The central bank is expected to pause rate hikes at the meeting but a decision on rates could go either way.

“After hiking 50 basis points at the December meeting, we expect the Fed moves to a 25bp hiking pace in early February, and ultimately pause around 5%,” wrote Pimco’s economists Tiffany Wilding and Allison Boxer, in a Tuesday note.

Contrary to this, officials feel the central bank must raise rates to above 5% to bring inflation back to a 2% target.

Fed funds futures traders see a 78% likelihood of a 25 basis point hike at its February meeting. There is a further 68% chance of another in March. These hikes would bring the terminal rate to merely 4.75-5% by mid-year.

“Inflation swaps currently see inflation falling below 2.5% by the summer of 2023, which seems hopeful,” Mott Capital Management founder Michael J Kramer said in a Monday note.

“This week’s CPI reading will be essential in maintaining that view and could prove disastrous if CPI comes in hotter than expected, veering market-based inflation expectations off course.”

According to Spouting Rock Asset Management chief strategist Rhys Williams, “If you get a number in the low four [per cent], the stock-market rally will continue. The market is very hyper-focused on data points.”

Williams does not believe the 2% target will be hit by the northern hemisphere summer.

“I think at some point the markets will realise, ‘oh we can’t get to 2%,” and then the markets probably do sell off on that. I think maybe in short term [the stocks go] up and then in the second quarter, they go back down as people realise that 2% is not realistic,” Williams told MarketWatch.

Here’s what we saw (source Commsec):

  • The Euro rose from lows near US$1.0724 to highs near US$1.0774 and was near US$1.0755 at the US close.

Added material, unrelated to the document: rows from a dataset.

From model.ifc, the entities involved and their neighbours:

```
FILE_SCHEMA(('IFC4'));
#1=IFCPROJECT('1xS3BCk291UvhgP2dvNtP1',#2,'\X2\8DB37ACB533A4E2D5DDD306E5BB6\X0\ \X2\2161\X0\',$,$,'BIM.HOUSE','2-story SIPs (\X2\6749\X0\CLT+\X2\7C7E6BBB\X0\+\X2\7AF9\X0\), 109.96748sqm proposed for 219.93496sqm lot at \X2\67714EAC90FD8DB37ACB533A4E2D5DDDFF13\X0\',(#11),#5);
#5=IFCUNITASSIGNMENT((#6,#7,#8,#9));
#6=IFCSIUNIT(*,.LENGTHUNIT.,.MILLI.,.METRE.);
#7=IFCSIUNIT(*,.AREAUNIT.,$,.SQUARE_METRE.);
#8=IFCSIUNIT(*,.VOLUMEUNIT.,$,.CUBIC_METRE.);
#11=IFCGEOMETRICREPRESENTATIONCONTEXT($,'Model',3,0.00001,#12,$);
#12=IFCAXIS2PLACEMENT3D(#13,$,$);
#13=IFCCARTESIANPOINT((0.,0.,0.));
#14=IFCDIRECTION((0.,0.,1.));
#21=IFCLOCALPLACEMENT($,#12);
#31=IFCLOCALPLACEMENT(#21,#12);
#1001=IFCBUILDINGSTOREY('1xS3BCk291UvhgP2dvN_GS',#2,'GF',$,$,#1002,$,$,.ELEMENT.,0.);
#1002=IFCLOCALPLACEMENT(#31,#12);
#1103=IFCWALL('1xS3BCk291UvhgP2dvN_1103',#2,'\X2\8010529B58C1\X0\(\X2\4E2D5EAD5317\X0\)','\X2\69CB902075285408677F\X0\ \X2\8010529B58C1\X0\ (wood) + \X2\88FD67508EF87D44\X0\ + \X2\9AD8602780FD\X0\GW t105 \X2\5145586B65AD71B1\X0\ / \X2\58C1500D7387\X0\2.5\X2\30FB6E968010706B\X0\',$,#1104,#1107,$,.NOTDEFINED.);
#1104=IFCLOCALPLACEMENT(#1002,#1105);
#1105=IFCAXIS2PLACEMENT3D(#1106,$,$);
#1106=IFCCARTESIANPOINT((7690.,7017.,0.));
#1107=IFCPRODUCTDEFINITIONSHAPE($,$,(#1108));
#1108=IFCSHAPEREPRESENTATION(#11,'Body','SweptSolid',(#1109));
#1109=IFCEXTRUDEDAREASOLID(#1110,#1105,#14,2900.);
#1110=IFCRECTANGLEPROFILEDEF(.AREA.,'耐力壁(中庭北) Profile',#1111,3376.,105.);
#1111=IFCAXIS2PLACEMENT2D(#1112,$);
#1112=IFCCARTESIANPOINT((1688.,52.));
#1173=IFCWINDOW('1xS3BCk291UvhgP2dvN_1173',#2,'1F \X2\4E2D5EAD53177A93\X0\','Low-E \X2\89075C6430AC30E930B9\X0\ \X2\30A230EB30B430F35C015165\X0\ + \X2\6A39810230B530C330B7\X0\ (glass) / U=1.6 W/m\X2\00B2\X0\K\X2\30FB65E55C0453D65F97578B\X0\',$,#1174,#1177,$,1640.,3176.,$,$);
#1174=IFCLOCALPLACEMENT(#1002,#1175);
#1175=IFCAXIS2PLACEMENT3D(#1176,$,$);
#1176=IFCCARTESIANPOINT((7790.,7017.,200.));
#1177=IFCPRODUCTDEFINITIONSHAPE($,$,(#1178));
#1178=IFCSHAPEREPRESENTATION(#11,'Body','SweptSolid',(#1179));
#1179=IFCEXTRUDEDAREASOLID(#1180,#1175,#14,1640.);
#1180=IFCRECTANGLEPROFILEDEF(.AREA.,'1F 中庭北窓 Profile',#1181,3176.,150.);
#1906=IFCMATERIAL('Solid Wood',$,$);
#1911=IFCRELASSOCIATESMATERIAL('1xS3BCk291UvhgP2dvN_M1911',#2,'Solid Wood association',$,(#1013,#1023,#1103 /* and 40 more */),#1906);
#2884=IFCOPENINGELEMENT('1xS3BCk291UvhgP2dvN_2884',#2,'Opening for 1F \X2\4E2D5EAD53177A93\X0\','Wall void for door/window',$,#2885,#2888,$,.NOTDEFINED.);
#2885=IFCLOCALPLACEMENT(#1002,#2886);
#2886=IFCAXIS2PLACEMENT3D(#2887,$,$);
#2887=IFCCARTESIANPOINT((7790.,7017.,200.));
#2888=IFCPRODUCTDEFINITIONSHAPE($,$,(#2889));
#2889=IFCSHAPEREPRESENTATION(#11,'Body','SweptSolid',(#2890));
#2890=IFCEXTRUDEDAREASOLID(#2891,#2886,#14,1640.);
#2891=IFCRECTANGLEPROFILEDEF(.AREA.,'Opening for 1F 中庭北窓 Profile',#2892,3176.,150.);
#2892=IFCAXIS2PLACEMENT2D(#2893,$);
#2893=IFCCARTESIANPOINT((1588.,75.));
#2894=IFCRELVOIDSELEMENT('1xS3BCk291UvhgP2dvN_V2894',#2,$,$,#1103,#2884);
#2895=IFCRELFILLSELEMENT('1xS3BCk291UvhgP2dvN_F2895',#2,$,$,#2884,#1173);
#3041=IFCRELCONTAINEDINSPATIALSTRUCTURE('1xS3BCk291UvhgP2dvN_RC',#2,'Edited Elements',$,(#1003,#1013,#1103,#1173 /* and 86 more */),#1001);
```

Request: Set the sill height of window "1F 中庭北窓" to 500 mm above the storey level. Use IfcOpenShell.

```python
import numpy as np
import ifcopenshell
import ifcopenshell.api.geometry
import ifcopenshell.geom
import ifcopenshell.util.element
import ifcopenshell.util.placement
import ifcopenshell.util.shape
import ifcopenshell.util.unit

model = ifcopenshell.open("model.ifc")
unit_scale = ifcopenshell.util.unit.calculate_unit_scale(model)

window = model.by_id(1173)
opening = window.FillsVoids[0].RelatingOpeningElement
storey = ifcopenshell.util.element.get_container(window, ifc_class="IfcBuildingStorey")
level = ifcopenshell.util.placement.get_local_placement(storey.ObjectPlacement)[2, 3]

# The opening's origin need not be at the sill, so measure its lowest point.
shape = ifcopenshell.geom.create_shape(ifcopenshell.geom.settings(), opening)
bottom = ifcopenshell.util.shape.get_shape_bottom_elevation(shape, shape.geometry) / unit_scale
dz = level + 0.5 / unit_scale - bottom

shift = np.array([0.0, 0.0, dz])
# The window is not placed relative to its opening, so move both.
for product in (opening, window):
    matrix = ifcopenshell.util.placement.get_local_placement(product.ObjectPlacement)
    matrix[:3, 3] += shift
    ifcopenshell.api.geometry.edit_object_placement(model, product=product, matrix=matrix, is_si=False)

print(f"moved by {dz * unit_scale:+.3f} m")

model.write("model-out.ifc")
```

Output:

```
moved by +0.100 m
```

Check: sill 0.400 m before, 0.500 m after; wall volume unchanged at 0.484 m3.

But the Aussie dollar eased from highs near US69.24 cents to lows near US68.72 cents and was near US69.10 cents at the US close. And the Japanese yen dipped from near 132.14 yen per US dollar to around JPY132.84 and was near JPY132.45 at the US close.
  • Global oil prices climbed 3% on Wednesday. Oil shrugged off a large US crude stockpile build with traders focusing on China as it speeds up purchases of US crude before the Lunar New Year.
  • US crude inventories rose by 18.96 million barrels last week to 439.6 million barrels, the largest weekly build since February 2021. Analysts had expected a 2.24 million barrel drop. The Brent crude oil price rose US$2.57 or 3.2% to US$82.67 a barrel.
  • The US Nymex crude oil price added US$2.29 or 3% to US$77.41 a barrel.
  • Base metal prices advanced on Wednesday, fuelled by optimism that China's economic reopening will spur demand in the world's top consumer.
  • Copper rose 2.6% to its highest level since June 2022. And aluminium gained 1.6%.
  • The gold futures price rose US$2.40 or 0.1% to US$1,878.90 an ounce. Spot gold was trading near US$1,876 an ounce at the US close.
  • Iron ore futures lifted US$1.36 a tonne or 1.1% to a 6-month high of US$121.02 a tonne as China's economic outlook improved.